With the smudging lemma, the above is indistinguishable from

((as+e)r+e_{2},ar+e_{1},e_{smudging}^{\prime}).

Notice that $e_{smudging}^{\prime}$ has nothing to do with the secret key $s$ , and we can apply Ring-LWE assumption to convert $(as+e,a)$ back to $(b,a)$ as otherwise $(as+e,a)$ is not indistinguishable from $(b,a)$ . The above is indistinguishable from

(br+e_{2},ar+e_{1},e_{smudging}^{\prime})=(c_{2},c_{1},e^{\prime}_{smudging}).

Since $e_{smudging}^{\prime}$ doesn’t depend on either the secret key or honest devices’ data, revealing partial decryption result will not leak information about either the secret key or honest devices’ data.

A.2. Details of the setup phase

During the setup phase, Aero (i) forms the master committee, which then (ii) receives and validates inputs for the round, and (iii) generates keys for cryptographic primitives. We present the details for only the second piece here, as the first and the third are discussed in detail earlier (§4).

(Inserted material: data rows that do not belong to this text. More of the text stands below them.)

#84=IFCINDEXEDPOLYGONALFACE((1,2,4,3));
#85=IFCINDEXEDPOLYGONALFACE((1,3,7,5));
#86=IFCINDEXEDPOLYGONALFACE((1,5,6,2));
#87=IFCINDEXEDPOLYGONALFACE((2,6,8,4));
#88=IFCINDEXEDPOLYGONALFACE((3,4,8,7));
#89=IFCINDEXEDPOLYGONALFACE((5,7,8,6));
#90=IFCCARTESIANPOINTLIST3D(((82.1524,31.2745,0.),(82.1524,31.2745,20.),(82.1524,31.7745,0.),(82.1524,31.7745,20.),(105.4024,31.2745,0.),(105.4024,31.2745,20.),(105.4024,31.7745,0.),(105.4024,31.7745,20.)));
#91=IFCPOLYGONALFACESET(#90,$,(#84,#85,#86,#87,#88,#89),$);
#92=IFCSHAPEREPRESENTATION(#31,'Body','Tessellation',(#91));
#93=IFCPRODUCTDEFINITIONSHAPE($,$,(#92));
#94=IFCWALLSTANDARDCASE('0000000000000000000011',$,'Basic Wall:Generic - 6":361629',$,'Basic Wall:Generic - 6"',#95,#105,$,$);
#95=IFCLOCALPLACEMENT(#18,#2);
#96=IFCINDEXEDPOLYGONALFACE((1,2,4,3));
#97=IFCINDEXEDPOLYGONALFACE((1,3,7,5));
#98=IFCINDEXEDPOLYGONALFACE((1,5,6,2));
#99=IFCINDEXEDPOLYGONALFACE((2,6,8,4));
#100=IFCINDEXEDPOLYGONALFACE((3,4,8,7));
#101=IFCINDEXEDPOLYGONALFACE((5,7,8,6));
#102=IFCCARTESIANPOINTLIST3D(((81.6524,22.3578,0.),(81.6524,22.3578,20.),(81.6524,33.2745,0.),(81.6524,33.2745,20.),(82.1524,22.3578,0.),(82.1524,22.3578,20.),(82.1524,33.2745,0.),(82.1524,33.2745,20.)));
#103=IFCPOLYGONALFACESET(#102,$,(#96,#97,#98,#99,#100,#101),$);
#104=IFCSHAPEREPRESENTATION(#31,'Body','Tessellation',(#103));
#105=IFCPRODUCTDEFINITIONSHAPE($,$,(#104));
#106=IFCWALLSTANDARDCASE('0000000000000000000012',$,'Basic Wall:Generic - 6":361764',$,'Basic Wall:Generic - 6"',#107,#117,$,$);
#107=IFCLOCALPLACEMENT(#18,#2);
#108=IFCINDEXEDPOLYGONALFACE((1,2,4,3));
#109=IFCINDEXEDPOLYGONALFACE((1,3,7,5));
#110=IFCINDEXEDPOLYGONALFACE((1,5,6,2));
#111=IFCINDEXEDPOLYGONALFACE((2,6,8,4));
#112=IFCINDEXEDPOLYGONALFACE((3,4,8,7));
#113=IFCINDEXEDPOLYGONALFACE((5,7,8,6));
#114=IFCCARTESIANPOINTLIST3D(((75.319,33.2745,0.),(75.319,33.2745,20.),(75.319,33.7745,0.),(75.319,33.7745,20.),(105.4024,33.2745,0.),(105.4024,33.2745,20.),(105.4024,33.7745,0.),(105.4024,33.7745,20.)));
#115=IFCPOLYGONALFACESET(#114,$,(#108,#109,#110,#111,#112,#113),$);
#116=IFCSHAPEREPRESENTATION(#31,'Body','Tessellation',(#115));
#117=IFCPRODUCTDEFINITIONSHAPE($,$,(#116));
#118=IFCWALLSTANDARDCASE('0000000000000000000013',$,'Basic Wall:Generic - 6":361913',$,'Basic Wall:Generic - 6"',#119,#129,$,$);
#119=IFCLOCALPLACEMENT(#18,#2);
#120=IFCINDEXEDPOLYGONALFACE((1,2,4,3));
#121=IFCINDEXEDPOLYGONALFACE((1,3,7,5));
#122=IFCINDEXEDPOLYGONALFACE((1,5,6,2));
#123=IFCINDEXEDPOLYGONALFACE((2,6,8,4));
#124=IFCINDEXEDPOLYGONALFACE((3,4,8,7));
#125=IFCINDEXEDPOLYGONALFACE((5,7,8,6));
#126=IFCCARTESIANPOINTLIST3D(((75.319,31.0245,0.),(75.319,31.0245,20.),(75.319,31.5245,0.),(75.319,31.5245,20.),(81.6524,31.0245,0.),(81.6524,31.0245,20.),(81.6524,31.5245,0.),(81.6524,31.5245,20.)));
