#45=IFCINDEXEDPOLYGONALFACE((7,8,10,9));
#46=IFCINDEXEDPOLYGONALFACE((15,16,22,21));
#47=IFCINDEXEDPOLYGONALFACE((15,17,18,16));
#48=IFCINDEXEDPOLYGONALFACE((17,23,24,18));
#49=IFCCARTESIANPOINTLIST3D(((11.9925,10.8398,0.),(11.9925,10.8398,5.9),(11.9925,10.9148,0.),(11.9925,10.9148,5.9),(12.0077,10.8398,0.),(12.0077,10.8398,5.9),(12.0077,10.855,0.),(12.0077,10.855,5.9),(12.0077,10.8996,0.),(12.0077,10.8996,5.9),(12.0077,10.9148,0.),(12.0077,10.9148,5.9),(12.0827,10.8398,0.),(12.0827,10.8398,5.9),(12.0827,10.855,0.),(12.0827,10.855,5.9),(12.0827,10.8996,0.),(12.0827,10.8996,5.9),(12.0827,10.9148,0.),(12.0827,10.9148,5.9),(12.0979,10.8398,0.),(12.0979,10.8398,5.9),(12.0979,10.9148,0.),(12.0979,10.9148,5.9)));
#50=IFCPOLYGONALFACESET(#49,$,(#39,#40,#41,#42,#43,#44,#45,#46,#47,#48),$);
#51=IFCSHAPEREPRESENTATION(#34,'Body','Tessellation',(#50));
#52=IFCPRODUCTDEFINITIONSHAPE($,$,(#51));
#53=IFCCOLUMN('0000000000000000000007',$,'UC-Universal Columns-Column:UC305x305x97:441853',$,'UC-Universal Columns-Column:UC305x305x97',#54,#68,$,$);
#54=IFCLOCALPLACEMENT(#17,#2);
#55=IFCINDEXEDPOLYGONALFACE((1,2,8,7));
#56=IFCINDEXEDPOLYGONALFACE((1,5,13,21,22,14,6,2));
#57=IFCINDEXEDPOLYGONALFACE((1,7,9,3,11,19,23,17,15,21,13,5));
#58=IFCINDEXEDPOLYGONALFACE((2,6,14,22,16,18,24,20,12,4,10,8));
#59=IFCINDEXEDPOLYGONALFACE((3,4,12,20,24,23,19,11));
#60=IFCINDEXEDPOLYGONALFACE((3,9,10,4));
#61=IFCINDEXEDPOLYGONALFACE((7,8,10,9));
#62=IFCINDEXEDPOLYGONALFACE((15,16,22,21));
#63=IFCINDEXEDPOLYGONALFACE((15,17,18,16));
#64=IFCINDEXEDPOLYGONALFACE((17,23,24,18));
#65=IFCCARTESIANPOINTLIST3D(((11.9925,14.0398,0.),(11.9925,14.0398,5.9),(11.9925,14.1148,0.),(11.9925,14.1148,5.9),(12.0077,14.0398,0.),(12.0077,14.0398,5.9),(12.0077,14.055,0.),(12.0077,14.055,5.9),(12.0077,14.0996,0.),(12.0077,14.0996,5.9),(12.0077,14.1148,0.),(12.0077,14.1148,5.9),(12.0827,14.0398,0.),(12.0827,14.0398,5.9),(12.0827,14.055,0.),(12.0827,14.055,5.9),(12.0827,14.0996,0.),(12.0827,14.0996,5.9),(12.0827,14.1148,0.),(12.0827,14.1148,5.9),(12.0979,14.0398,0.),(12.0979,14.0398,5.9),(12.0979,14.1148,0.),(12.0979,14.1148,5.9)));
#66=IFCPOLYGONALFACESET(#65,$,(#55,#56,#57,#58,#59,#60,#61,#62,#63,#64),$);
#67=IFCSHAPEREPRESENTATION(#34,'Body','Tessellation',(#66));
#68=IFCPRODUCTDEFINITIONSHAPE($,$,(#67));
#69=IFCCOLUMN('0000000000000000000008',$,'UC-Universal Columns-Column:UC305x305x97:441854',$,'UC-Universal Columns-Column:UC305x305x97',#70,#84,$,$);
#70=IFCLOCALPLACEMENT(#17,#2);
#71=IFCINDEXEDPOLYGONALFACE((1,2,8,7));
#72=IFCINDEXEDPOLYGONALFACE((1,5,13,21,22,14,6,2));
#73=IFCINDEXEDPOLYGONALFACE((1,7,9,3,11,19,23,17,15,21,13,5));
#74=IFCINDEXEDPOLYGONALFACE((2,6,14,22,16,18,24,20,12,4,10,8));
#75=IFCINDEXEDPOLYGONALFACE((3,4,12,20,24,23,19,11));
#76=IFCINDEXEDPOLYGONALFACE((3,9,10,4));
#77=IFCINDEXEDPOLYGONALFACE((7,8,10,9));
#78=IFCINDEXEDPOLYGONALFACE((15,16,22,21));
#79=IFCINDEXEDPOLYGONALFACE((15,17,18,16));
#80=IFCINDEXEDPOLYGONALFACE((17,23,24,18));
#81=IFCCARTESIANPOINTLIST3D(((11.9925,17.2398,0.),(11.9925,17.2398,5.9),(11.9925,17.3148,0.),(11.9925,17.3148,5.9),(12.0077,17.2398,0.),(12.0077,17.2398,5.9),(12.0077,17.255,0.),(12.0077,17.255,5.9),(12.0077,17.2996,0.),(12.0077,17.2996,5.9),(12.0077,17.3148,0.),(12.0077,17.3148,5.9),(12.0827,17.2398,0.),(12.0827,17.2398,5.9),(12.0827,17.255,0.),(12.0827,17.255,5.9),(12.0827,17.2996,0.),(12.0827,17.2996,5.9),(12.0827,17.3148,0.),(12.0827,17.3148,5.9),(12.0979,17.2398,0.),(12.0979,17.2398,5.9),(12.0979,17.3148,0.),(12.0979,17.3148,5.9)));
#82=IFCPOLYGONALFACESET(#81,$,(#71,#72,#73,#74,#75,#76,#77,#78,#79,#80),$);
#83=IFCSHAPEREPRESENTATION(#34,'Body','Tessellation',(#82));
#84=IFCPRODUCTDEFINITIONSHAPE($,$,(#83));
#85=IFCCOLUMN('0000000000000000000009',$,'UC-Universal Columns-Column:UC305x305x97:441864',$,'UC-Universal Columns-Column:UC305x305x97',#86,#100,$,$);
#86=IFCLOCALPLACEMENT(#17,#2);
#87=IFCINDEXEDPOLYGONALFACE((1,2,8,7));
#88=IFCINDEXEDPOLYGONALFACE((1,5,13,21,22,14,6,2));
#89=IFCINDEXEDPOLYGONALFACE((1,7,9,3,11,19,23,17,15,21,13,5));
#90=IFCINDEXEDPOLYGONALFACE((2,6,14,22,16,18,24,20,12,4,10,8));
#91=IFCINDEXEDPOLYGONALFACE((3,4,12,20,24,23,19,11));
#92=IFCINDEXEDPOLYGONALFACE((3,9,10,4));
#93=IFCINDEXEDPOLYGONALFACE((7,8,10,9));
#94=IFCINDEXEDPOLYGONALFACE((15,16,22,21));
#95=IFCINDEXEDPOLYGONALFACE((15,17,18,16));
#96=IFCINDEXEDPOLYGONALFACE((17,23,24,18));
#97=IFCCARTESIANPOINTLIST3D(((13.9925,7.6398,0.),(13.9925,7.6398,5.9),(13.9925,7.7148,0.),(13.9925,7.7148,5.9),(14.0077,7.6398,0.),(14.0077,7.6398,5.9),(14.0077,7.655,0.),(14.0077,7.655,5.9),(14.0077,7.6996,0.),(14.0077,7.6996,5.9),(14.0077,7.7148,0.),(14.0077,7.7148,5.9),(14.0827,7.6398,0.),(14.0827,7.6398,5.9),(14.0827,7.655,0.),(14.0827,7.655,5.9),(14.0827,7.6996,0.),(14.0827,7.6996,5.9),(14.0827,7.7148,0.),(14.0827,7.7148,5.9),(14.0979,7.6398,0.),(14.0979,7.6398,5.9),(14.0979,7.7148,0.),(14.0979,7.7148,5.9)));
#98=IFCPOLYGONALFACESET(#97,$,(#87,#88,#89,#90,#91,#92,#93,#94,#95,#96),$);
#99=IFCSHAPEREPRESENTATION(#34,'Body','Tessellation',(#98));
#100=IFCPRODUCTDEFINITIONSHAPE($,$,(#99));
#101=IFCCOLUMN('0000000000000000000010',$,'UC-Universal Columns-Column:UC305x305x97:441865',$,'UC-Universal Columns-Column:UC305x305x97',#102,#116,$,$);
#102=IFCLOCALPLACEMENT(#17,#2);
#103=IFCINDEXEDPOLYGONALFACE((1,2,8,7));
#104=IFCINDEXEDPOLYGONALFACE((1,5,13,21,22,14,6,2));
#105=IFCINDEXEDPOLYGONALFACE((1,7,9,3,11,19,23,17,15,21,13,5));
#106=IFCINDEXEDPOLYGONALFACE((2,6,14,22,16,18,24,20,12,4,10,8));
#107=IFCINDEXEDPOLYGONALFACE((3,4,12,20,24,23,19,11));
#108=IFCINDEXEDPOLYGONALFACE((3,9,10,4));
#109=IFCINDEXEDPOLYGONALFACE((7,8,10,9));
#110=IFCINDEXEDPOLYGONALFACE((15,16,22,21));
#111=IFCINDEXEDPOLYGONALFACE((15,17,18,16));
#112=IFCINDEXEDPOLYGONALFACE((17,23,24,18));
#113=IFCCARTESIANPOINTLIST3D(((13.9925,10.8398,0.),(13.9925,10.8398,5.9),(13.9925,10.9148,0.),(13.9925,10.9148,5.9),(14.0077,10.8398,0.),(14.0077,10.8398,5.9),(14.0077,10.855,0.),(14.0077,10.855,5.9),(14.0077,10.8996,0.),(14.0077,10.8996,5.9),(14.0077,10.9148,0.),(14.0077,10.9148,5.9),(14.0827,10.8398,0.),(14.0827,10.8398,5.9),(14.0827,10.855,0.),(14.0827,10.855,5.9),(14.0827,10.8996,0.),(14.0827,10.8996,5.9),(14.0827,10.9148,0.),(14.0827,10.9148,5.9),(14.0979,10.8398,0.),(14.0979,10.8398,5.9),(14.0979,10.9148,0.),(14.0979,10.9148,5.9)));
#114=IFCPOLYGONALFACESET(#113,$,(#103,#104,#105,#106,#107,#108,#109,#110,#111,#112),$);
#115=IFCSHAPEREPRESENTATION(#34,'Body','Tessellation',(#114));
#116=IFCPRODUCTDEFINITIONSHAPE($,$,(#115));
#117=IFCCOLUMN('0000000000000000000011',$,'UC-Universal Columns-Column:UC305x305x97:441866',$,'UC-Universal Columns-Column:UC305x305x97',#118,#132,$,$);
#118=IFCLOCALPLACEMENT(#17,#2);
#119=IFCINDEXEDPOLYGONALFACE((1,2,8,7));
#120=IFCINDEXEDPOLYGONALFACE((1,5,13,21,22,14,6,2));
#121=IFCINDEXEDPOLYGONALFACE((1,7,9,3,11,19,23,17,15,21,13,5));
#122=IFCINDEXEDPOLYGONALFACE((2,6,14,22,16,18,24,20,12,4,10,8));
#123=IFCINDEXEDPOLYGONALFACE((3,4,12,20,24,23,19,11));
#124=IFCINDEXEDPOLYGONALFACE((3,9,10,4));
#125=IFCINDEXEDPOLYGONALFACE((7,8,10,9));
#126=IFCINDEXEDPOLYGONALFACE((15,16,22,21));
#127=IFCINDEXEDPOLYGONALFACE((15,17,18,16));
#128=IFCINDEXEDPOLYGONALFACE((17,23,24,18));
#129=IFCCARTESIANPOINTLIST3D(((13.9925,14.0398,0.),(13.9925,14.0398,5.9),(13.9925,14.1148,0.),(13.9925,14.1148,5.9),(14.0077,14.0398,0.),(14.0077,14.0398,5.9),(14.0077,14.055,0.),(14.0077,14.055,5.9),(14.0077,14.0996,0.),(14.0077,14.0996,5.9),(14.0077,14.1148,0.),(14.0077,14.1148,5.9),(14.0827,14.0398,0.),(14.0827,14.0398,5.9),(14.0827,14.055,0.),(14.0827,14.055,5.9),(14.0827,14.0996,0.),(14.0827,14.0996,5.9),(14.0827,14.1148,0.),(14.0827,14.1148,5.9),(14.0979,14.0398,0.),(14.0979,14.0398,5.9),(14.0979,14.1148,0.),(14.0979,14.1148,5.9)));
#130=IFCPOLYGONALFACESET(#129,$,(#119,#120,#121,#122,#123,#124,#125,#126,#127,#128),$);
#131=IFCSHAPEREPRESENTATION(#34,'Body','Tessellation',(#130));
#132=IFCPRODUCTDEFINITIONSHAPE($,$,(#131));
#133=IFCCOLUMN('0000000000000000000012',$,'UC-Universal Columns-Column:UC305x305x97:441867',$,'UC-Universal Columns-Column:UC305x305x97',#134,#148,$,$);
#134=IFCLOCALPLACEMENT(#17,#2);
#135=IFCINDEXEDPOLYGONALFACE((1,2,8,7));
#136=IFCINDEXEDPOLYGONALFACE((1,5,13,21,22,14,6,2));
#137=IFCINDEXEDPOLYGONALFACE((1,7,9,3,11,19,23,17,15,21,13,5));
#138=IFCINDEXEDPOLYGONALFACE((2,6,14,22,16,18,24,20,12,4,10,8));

For the second piece, the master committee needs to check whether there is enough privacy budget to run a training task before launching it. To do this, the committee members need to calculate the new DP parameters before they launch the training task and check whether the new parameters are below some threshold. The details are as follows.

Recall that once the master committee is formed, each committee member receives the model parameters $\theta^{t}$ for the current round $t$ , the user selection probability $q$ , noise scale $z$ , and clip** bound $S$ from the aggregator for this round of training (required by DP-FedAvg; Figure 2).

Each committee member locally computes new values of the DP parameters $\epsilon,\delta$ using the moment accounting algorithm $\mathcal{M}$ (line 14 in DP-FedAvg). This computation requires the DP parameters $\epsilon^{\prime},\delta^{\prime}$ from round $t-1$ in addition to the inputs $z,q$ . The committee member downloads the former from a public bulletin board, where it is signed by more than a threshold of honest members of the previous round’s master committee. After getting the former DP parameters, the committee member calculates the new $\epsilon,\delta$ . If the new values are below their recommended value, the committee member signs a certificate containing the parameters ( $\theta^{t}$ , $q$ , $z$ , $S$ ), new values of $\epsilon,\delta$ , and keys for cryptographic primitives and publish it to the bulletin board to start this training task.